UniversalDependencies / UD_English-PUD

Parallel Universal Dependencies.
Other
10 stars 2 forks source link

question on tagging of PROPN #3

Open vcvpaiva opened 4 years ago

vcvpaiva commented 4 years ago

In the sentence below, shouldn't "Metropolitan Club" be tagged as PROPN?

sentid = n01003012 text = The gathering was originally slated for Washington’s private Metropolitan Club on H Street a few blocks away. 1 The the DET DT Definite=Def|PronType=Art 2 det 2:det 2 gathering gathering NOUN NN Number=Sing 5 nsubj:pass 5:nsubj:pass 3 was be AUX VBD Mood=Ind|Number=Sing|Person=3|Tense=Past|VerbForm=Fin 5 aux:pass 5:aux:pass 4 originally originally ADV RB 5 advmod 5:advmod 5 slated slate VERB VBN Tense=Past|VerbForm=Part 0 root 0:root 6 for for ADP IN 11 case 11:case 7 Washington Washington PROPN NNP Number=Sing 11 nmod:poss 11:nmod:poss SpaceAfter=No 8 ’s ’s PART POS 7 case 7:case OrigForm='s 9 private private ADJ JJ Degree=Pos 11 amod 11:amod 10 Metropolitan metropolitan ADJ JJ Degree=Pos 11 amod 11:amod 11 Club club NOUN NN Number=Sing 5 obl 5:obl:for 12 on on ADP IN 14 case 14:case 13 H h PROPN NN Number=Sing 14 compound 14:compound 14 Street street PROPN NN Number=Sing 11 nmod 11:nmod:on 15 a a DET DT Definite=Ind|PronType=Art 17 det 17:det 16 few few ADJ JJ Degree=Pos 17 amod 17:amod 17 blocks block NOUN NNS Number=Plur 18 obl:npmod 18:obl:npmod 18 away away ADV RB 11 advmod 11:advmod SpaceAfter=No 19 . . PUNCT . 5 punct 5:punct _

dan-zeman commented 4 years ago

No. PROPN is not the same thing as a named entity. The word club is a common noun. And metropolitan is not even a noun, it's an adjective.

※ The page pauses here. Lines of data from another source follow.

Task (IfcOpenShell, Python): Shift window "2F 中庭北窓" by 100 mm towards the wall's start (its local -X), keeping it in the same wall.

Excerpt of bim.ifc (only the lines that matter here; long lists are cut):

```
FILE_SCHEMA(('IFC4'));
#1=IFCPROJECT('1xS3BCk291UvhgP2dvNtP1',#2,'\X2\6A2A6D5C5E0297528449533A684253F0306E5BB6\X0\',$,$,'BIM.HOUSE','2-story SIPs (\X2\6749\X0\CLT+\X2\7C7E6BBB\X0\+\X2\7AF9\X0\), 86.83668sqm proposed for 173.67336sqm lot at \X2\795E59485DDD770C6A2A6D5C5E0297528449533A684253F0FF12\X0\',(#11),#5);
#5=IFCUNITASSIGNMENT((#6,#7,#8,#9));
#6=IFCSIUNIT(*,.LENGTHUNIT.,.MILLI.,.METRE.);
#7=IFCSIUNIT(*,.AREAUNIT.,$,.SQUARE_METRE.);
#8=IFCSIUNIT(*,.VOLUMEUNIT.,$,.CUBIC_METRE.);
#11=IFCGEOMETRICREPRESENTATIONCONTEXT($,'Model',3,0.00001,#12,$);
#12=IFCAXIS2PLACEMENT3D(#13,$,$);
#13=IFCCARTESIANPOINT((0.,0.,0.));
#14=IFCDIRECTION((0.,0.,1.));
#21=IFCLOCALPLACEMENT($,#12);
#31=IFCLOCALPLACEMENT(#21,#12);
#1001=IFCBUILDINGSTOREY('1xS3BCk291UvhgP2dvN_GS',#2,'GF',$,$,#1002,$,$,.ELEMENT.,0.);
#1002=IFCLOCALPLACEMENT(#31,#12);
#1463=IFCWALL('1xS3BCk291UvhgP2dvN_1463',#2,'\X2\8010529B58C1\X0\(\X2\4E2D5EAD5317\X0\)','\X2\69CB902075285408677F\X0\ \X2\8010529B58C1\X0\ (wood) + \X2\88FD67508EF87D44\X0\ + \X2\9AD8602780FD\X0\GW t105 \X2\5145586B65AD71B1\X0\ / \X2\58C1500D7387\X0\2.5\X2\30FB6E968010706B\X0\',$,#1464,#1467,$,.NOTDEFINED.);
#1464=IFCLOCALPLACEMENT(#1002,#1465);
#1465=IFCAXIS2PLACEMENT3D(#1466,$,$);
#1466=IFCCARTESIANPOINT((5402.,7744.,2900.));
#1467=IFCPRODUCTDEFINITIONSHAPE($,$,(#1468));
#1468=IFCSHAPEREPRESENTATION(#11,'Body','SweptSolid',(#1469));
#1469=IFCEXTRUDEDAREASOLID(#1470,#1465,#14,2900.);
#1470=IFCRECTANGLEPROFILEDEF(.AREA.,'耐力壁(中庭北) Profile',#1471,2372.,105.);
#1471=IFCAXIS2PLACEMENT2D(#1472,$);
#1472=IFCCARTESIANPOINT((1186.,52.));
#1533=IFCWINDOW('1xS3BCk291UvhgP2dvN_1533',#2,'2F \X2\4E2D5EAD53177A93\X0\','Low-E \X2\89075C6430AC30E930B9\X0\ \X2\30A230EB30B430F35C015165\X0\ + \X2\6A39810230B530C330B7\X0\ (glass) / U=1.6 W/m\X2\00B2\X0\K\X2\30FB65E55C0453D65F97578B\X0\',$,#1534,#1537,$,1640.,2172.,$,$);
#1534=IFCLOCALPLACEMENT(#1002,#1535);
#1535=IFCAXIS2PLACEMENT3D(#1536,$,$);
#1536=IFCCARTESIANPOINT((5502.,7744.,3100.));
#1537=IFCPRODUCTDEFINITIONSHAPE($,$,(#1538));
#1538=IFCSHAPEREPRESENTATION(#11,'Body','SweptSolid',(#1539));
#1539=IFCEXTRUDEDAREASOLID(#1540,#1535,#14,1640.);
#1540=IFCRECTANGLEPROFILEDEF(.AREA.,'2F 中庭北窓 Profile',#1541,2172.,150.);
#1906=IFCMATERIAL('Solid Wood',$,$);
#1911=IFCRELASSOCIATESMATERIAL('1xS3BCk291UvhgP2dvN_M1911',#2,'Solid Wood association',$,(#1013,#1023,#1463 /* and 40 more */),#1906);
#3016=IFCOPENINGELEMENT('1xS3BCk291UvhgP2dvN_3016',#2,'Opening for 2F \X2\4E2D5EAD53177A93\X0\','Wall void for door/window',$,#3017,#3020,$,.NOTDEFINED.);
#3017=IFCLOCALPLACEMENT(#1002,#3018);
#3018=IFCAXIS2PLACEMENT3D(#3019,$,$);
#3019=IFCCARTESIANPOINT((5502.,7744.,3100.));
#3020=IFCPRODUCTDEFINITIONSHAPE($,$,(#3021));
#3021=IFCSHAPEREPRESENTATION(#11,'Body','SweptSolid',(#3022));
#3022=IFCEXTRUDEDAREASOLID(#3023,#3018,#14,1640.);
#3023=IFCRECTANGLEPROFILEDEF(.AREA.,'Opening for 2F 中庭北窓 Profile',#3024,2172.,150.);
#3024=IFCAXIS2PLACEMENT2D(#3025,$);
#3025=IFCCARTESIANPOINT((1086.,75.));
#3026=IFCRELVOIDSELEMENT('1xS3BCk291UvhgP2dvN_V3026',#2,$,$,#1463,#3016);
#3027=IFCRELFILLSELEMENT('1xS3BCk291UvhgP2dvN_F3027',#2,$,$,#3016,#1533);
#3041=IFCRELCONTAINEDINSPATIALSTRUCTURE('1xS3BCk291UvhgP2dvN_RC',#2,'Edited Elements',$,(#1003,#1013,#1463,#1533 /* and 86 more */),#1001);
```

```python
import ifcopenshell
import ifcopenshell.api.geometry
import ifcopenshell.util.placement
import ifcopenshell.util.unit

model = ifcopenshell.open("bim.ifc")
unit_scale = ifcopenshell.util.unit.calculate_unit_scale(model)

window = model.by_guid("1xS3BCk291UvhgP2dvN_1533")
opening = window.FillsVoids[0].RelatingOpeningElement
wall = opening.VoidsElements[0].RelatingBuildingElement

wall_matrix = ifcopenshell.util.placement.get_local_placement(wall.ObjectPlacement)
shift = wall_matrix[:3, 0] * -0.1 / unit_scale
before = ifcopenshell.util.placement.get_local_placement(window.ObjectPlacement)[:3, 3].copy()

# The window is not placed relative to its opening, so move both.
for product in (opening, window):
    matrix = ifcopenshell.util.placement.get_local_placement(product.ObjectPlacement)
    matrix[:3, 3] += shift
    ifcopenshell.api.geometry.edit_object_placement(model, product=product, matrix=matrix, is_si=False)

after = ifcopenshell.util.placement.get_local_placement(window.ObjectPlacement)[:3, 3]
print("window moved by", (after - before).round(3) + 0.0)

model.write("bim_updated.ifc")
```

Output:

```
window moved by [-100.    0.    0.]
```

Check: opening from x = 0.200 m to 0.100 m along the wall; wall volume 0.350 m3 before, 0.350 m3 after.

nschneid commented 4 years ago

Following the Penn Treebank, it is typical for nouns and adjectives in named entities to be tagged as PROPN in English corpora. This may not be ideal from a UD perspective but it would be difficult to change. See discussions linked from UniversalDependencies/UD_English-EWT/issues/91

amir-zeldes commented 4 years ago

This is true, though the deprel for adjectival forms is still amod, so at least those modifiers are distinguishable from compound (non-adjectival modifier) and flat (no clear grammatical relation). For heads there is indeed no way to tell if something is a common noun heading a named entity (Dan's named University case) or a noun that is predominantly used as a name (e.g. Jane).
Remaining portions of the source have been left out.